## YOUR INSTRUCTIONS
Search the data below for the string "IfcRelDefinesByType". Extract every line that contains it.

## EXTRACTED DATA

- Opening Delimiter -

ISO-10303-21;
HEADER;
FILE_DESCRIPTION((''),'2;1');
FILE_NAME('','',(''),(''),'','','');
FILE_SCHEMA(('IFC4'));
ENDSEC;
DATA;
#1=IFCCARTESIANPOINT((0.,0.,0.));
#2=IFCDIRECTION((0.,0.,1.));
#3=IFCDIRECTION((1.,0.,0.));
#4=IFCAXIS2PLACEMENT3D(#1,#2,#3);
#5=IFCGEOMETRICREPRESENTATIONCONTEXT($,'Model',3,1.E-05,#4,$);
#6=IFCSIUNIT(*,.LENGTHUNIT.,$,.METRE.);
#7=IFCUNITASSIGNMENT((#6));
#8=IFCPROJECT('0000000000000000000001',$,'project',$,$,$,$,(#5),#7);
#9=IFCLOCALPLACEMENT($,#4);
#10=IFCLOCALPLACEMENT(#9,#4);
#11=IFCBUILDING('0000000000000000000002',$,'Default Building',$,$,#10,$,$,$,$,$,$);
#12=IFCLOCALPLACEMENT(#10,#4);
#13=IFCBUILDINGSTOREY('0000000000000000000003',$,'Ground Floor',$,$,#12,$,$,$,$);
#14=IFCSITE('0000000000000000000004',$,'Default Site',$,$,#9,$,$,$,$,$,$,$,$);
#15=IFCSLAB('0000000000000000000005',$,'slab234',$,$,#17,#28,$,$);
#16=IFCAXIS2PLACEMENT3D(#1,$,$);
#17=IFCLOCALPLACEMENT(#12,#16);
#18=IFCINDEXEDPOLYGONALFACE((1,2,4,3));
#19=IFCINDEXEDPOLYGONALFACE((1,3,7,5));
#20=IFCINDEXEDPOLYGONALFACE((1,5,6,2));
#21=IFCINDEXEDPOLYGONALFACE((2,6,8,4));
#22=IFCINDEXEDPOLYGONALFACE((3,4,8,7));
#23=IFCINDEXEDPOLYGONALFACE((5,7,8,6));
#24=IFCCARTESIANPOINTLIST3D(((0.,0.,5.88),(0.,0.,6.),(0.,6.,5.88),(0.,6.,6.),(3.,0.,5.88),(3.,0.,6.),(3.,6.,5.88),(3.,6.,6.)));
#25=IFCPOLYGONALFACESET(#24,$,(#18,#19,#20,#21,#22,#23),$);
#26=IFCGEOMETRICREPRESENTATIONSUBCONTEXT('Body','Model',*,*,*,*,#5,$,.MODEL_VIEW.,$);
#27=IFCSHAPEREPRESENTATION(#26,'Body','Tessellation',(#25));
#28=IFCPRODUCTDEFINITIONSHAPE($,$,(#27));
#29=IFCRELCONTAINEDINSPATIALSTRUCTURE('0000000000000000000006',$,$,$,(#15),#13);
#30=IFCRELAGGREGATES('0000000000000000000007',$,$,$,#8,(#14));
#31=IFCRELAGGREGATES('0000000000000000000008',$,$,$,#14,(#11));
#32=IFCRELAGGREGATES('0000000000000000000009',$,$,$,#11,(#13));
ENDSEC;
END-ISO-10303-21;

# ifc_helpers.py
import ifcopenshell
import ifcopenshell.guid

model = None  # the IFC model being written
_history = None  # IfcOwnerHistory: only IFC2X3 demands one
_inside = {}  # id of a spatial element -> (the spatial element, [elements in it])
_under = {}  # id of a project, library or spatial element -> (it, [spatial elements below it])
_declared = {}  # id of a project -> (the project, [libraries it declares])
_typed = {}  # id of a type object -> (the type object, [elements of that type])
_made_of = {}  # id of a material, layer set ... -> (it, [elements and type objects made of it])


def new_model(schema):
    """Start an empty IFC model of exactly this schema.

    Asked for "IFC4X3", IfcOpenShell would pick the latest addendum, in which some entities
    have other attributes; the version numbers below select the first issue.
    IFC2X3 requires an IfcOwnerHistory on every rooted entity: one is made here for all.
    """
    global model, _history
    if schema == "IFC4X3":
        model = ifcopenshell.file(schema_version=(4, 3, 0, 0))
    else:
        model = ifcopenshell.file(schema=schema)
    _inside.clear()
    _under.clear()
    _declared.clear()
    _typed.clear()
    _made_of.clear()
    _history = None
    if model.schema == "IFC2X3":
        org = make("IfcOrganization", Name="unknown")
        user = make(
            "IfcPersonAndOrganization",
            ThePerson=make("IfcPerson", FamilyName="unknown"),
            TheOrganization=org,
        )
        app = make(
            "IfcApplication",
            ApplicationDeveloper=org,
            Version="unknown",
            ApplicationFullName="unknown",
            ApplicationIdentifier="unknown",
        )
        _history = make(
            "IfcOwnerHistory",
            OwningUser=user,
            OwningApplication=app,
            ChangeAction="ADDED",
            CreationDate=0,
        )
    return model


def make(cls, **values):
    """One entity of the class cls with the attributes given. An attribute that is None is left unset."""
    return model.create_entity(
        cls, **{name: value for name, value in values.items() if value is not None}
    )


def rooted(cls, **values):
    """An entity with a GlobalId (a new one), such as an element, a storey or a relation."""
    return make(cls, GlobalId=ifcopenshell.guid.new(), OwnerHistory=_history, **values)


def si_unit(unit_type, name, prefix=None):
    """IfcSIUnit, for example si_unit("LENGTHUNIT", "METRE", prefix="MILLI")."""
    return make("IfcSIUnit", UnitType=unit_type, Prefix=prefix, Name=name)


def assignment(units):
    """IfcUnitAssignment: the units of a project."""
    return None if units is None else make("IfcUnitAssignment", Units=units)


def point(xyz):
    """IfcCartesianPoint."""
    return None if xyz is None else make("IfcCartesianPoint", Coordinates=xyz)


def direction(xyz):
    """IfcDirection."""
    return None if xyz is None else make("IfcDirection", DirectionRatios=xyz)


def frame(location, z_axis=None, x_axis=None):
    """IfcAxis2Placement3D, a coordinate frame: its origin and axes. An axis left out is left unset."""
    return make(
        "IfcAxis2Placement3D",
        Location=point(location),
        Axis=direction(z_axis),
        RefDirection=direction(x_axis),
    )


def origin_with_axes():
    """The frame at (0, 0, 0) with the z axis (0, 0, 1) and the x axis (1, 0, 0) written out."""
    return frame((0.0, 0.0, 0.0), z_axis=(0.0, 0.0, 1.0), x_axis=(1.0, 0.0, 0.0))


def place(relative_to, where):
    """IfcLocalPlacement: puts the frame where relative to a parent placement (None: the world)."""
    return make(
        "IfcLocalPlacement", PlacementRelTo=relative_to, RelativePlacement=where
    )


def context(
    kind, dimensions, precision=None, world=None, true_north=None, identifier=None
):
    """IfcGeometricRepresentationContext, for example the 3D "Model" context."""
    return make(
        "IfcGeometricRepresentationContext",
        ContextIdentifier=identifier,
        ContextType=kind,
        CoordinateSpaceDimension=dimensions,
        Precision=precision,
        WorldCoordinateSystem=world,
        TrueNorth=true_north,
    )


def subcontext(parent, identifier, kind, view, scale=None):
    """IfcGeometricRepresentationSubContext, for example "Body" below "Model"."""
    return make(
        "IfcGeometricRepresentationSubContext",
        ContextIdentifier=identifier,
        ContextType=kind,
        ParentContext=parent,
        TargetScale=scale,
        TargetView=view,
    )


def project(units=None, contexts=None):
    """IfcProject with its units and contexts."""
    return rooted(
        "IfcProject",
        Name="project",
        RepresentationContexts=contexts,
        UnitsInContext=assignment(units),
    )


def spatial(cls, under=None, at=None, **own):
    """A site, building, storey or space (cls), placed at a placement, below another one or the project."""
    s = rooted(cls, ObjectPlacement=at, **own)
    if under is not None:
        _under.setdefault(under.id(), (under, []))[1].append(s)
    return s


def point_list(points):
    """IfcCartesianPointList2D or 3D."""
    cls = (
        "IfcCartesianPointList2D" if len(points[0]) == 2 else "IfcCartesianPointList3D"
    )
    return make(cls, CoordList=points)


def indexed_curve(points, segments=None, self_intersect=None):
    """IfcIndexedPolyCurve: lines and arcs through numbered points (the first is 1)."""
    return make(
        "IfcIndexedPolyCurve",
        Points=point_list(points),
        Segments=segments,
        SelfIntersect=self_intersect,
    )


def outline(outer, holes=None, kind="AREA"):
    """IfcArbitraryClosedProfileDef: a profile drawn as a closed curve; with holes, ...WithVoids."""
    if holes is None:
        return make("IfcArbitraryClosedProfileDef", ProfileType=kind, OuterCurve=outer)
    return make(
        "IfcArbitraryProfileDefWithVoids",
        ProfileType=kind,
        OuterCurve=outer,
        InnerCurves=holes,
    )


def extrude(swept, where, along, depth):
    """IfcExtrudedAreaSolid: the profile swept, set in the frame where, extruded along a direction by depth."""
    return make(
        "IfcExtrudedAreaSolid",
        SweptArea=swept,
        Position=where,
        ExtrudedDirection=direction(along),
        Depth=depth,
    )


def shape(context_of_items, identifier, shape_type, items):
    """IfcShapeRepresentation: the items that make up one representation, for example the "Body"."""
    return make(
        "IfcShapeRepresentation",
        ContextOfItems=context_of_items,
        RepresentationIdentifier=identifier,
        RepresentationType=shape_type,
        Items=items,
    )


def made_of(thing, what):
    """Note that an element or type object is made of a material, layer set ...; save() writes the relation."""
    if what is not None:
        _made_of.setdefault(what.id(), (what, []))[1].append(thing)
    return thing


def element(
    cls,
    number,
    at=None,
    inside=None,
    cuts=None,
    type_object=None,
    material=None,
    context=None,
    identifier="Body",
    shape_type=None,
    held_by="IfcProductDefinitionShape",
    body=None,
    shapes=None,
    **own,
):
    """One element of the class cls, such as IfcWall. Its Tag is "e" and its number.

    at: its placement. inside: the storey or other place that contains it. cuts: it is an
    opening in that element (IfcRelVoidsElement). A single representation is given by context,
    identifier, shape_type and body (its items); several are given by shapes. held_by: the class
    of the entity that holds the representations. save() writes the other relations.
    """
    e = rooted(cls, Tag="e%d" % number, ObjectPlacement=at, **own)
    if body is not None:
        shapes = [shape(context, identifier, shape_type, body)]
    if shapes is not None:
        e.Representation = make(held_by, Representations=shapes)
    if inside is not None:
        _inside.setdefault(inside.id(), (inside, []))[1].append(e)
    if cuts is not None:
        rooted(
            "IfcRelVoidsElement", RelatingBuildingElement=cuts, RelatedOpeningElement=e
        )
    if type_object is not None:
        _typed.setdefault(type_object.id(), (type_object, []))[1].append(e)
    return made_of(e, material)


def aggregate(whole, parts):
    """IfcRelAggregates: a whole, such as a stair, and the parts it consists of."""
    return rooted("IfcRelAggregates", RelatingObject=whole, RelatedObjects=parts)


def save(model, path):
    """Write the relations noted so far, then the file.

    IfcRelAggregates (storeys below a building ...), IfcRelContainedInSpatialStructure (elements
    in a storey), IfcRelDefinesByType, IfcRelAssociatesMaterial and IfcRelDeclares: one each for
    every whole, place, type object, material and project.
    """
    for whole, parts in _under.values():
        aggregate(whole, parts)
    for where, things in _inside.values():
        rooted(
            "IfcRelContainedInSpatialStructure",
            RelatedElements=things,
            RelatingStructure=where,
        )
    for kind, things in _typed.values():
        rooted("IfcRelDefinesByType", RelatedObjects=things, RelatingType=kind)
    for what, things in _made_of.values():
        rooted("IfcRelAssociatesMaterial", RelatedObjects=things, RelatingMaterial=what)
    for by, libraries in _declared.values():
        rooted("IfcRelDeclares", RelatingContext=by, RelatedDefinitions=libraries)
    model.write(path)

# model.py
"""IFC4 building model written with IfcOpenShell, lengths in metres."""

from ifc_helpers import new_model, si_unit, frame, origin_with_axes, place, context, subcontext, project, spatial, indexed_curve, outline, extrude, element, save


model = new_model("IFC4")

# Units and contexts
model_context = context("Model", 3, precision=1e-05, world=origin_with_axes())
body_context = subcontext(model_context, "Body", "Model", "MODEL_VIEW")
ifc_project = project(units=[si_unit("LENGTHUNIT", "METRE")], contexts=[model_context])

# Site, building, storey
site_placement = place(None, origin_with_axes())
site = spatial("IfcSite", under=ifc_project, at=site_placement, Name="Default Site")
building_placement = place(site_placement, origin_with_axes())
building = spatial("IfcBuilding", under=site, at=building_placement, Name="Default Building")
storey_placement = place(building_placement, origin_with_axes())
storey = spatial("IfcBuildingStorey", under=building, at=storey_placement, Name="Ground Floor")

# Slab
for number, where, z_axis, x_axis, name in (
    (1, (0.0, 0.0, 5.88), (0.0, 0.0, 1.0), (1.0, 0.0, 0.0), "slab234"),
):
    element("IfcSlab", number, at=place(storey_placement, frame(where, z_axis=z_axis, x_axis=x_axis)), inside=storey, Name=name, context=body_context, shape_type="SweptSolid", body=[
        extrude(outline(indexed_curve([(0.0, 0.0), (0.0, 6.0), (3.0, 6.0), (3.0, 0.0), (0.0, 0.0)], self_intersect=False)), origin_with_axes(), (0.0, 0.0, 1.0), 0.12),
    ])

save(model, "model.ifc")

- Closing Delimiter -

## EXERCISE ANSWER
    in a storey), IfcRelDefinesByType, IfcRelAssociatesMaterial and IfcRelDeclares: one each for
        rooted("IfcRelDefinesByType", RelatedObjects=things, RelatingType=kind)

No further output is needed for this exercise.